D’après les cavistes, les Etats-Unis ont été les plus touchés par ce phénomène. Ben Cheung, responsable de marque et des opérations auprès du plus grand marchand de vin à Hong Kong, Watson’s Wine, a affirmé à Vino Joy que les approvisionnements de vins en provenance des USA ont subi les retards de livraison les plus importants de tous les pays fournisseurs dans son portefeuille. « Depuis décembre dernier, nous n’avons réussi à faire expédier qu’un seul conteneur frigorifique », a-t-il précisé. Toujours est-il que d’autres régions du monde ne restent pas en marge du phénomène.

Les catégories les plus pénalisées concernent les pays à hauts volumes tels que la France, l’Espagne, l’Italie et l’Amérique du Sud. Le Champagne semble être particulièrement touché.

James Rowell, Head of private clients chez Altaya Wines

Pour Olivier Hui-Bon-Hoa, directeur régional Asie au sein de Badet Clément, Hong Kong, la Chine continentale, Taiwan, la Corée et l’Asie du Sud-Est souffrent. « Là où il fallait compter 4 à 5 semaines entre la France et Hong Kong ou la Chine, il faut désormais prévoir en moyenne 8 ou 9 semaines ». Brexit oblige, le Royaume-Uni connaît aussi de grosses difficultés : « Les livraisons qui prenaient 5 jours peuvent désormais atteindre deux mois et demi », déplore Max de Zarobe de la cave italienne Avignonesi.

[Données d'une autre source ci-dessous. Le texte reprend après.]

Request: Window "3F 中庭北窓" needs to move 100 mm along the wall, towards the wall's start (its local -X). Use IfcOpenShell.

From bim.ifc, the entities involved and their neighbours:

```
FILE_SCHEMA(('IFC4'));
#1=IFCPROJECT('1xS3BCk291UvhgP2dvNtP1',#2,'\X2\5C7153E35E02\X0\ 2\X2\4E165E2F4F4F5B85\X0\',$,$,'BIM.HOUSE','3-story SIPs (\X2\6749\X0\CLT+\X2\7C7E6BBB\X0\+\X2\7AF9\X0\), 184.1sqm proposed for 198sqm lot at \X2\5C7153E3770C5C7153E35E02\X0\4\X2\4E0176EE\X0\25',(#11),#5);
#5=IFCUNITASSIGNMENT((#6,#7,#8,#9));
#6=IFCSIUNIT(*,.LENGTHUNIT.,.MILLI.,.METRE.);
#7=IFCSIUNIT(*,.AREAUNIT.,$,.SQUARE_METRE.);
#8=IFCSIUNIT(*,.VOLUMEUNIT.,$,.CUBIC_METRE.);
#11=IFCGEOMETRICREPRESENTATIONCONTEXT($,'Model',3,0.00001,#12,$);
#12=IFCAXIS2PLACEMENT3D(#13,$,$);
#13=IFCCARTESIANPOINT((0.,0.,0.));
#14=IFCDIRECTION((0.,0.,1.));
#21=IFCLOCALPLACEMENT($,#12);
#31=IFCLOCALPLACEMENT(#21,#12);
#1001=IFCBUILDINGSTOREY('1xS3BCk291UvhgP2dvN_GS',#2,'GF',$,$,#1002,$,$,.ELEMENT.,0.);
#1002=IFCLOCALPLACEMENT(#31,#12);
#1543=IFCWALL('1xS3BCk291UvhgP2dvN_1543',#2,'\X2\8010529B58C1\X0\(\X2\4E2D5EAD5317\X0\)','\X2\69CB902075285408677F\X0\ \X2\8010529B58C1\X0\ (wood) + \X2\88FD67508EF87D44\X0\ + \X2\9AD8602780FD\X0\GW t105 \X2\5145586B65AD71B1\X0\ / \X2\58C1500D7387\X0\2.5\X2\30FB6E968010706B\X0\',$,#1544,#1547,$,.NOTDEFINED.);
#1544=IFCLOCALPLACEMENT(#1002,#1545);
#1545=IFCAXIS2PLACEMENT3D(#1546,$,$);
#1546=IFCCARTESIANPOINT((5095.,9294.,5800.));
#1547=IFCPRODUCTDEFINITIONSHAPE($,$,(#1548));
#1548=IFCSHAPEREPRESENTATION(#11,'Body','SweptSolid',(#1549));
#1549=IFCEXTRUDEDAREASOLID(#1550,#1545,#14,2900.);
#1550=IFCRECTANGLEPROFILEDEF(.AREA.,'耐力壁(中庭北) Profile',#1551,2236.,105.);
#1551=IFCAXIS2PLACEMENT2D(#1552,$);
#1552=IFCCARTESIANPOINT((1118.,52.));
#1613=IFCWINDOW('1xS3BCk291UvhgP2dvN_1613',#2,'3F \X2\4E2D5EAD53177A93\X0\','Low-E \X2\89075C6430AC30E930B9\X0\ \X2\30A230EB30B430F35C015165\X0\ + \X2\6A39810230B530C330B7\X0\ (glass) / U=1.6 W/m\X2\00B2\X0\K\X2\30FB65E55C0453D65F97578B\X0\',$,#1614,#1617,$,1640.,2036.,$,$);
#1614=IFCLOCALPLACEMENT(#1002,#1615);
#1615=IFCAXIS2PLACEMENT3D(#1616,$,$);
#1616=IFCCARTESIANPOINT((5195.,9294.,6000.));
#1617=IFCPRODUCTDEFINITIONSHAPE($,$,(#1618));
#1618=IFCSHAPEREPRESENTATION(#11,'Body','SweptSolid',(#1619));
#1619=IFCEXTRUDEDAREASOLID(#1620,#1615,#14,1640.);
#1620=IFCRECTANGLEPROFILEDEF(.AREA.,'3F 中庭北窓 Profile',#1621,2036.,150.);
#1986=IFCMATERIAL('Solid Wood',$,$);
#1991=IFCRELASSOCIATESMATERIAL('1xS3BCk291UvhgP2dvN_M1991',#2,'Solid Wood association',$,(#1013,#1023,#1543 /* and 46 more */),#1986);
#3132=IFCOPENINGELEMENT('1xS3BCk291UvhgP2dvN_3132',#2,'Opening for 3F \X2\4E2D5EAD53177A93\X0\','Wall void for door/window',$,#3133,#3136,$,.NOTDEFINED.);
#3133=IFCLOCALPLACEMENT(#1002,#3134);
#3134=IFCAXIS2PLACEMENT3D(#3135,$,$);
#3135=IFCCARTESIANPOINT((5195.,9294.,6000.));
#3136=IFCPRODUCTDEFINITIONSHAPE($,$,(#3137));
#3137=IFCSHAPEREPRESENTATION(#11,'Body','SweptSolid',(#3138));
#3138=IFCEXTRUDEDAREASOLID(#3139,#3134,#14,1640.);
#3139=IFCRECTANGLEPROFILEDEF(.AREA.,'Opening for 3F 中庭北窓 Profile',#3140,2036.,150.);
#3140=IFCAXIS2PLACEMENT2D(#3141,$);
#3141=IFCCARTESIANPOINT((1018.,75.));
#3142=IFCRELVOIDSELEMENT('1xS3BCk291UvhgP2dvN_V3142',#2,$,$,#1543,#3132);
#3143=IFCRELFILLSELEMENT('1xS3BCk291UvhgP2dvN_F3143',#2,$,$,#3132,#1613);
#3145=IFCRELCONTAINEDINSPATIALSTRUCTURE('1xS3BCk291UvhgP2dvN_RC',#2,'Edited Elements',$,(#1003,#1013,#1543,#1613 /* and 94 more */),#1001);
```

```python
import ifcopenshell
import ifcopenshell.api.geometry
import ifcopenshell.util.placement
import ifcopenshell.util.unit

model = ifcopenshell.open("bim.ifc")
unit_scale = ifcopenshell.util.unit.calculate_unit_scale(model)

window = model.by_guid("1xS3BCk291UvhgP2dvN_1613")
opening = window.FillsVoids[0].RelatingOpeningElement
wall = opening.VoidsElements[0].RelatingBuildingElement

wall_matrix = ifcopenshell.util.placement.get_local_placement(wall.ObjectPlacement)
shift = wall_matrix[:3, 0] * -0.1 / unit_scale
before = ifcopenshell.util.placement.get_local_placement(window.ObjectPlacement)[:3, 3].copy()

# The window is not placed relative to its opening, so move both.
for product in (opening, window):
    matrix = ifcopenshell.util.placement.get_local_placement(product.ObjectPlacement)
    matrix[:3, 3] += shift
    ifcopenshell.api.geometry.edit_object_placement(model, product=product, matrix=matrix, is_si=False)

after = ifcopenshell.util.placement.get_local_placement(window.ObjectPlacement)[:3, 3]
print("window moved by", (after - before).round(3) + 0.0)

model.write("bim_v2.ifc")
```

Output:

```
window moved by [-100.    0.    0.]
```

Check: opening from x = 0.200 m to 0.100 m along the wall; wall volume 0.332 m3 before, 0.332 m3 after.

D’autres options à l’étude

L’impact sur les coûts se fait également sentir : « Nos importateurs sont touchés sur le plan financier », confirme Olivier Hui-Bon-Hoa. « Les délais de livraison plus longs, le coût des conteneurs et des délais de dédouanement plus importants exercent une plus grande pression sur les trésoreries. Par conséquent, nous sommes indirectement touchés par des retards éventuels de paiement ou des allongements des délais de crédit ». Pour anticiper les délais de livraison plus longs, certains opérateurs augmentent leurs stocks. Bojan Radulovic a prévu l’équivalent de trois mois de stocks supplémentaires, « mais je ne suis toujours pas certain que les expéditions destinées à la période des fêtes arriveront à temps ».

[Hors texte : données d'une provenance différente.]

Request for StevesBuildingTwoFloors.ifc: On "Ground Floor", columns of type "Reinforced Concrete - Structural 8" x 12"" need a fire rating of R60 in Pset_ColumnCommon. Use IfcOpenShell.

First a look at what the model holds.

```python
import ifcopenshell
import ifcopenshell.util.element

model = ifcopenshell.open("StevesBuildingTwoFloors.ifc")
print(model.schema)
storey = next(s for s in model.by_type("IfcBuildingStorey") if s.Name == "Ground Floor")
columns = [e for e in ifcopenshell.util.element.get_decomposition(storey) if e.is_a("IfcColumn")]
seen = {}
for e in columns:
    element_type = ifcopenshell.util.element.get_type(e)
    key = (element_type.Name if element_type != e and element_type else None, ifcopenshell.util.element.get_pset(e, "Pset_ColumnCommon", "FireRating"))
    seen[key] = seen.get(key, 0) + 1
for (name, value), count in sorted(seen.items(), key=str):
    print(count, "x", name, "|", value)
```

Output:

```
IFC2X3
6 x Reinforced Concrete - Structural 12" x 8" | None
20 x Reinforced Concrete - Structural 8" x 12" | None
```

```python
import ifcopenshell
import ifcopenshell.api.pset
import ifcopenshell.util.element

model = ifcopenshell.open("StevesBuildingTwoFloors.ifc")

storey = next(s for s in model.by_type("IfcBuildingStorey") if s.Name == "Ground Floor")
columns = [e for e in ifcopenshell.util.element.get_decomposition(storey) if e.is_a("IfcColumn")]

count = 0
for e in columns:
    element_type = ifcopenshell.util.element.get_type(e)
    if element_type in (None, e) or element_type.Name != 'Reinforced Concrete - Structural 8" x 12"':
        continue
    # add_pset returns the element's existing set when there is one.
    pset = ifcopenshell.api.pset.add_pset(model, product=e, name="Pset_ColumnCommon")
    ifcopenshell.api.pset.edit_pset(model, pset=pset, properties={"FireRating": "R60"})
    count += 1

print(count, "columns updated")

model.write("StevesBuildingTwoFloors_edited.ifc")
```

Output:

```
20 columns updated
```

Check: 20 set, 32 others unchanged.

Enfin, si le fret aérien est considéré comme prohibitif sur le plan tarifaire – « jusqu’à dix fois celui du transport maritime » – sans parler du manque de disponibilités là aussi, d’autres solutions sont à l’étude. Ainsi, Olivier Hui-Bon-Hoa de Badet Clément est en pourparlers avec des importateurs qui étudient l’utilisation du fret ferroviaire à destination du marché chinois.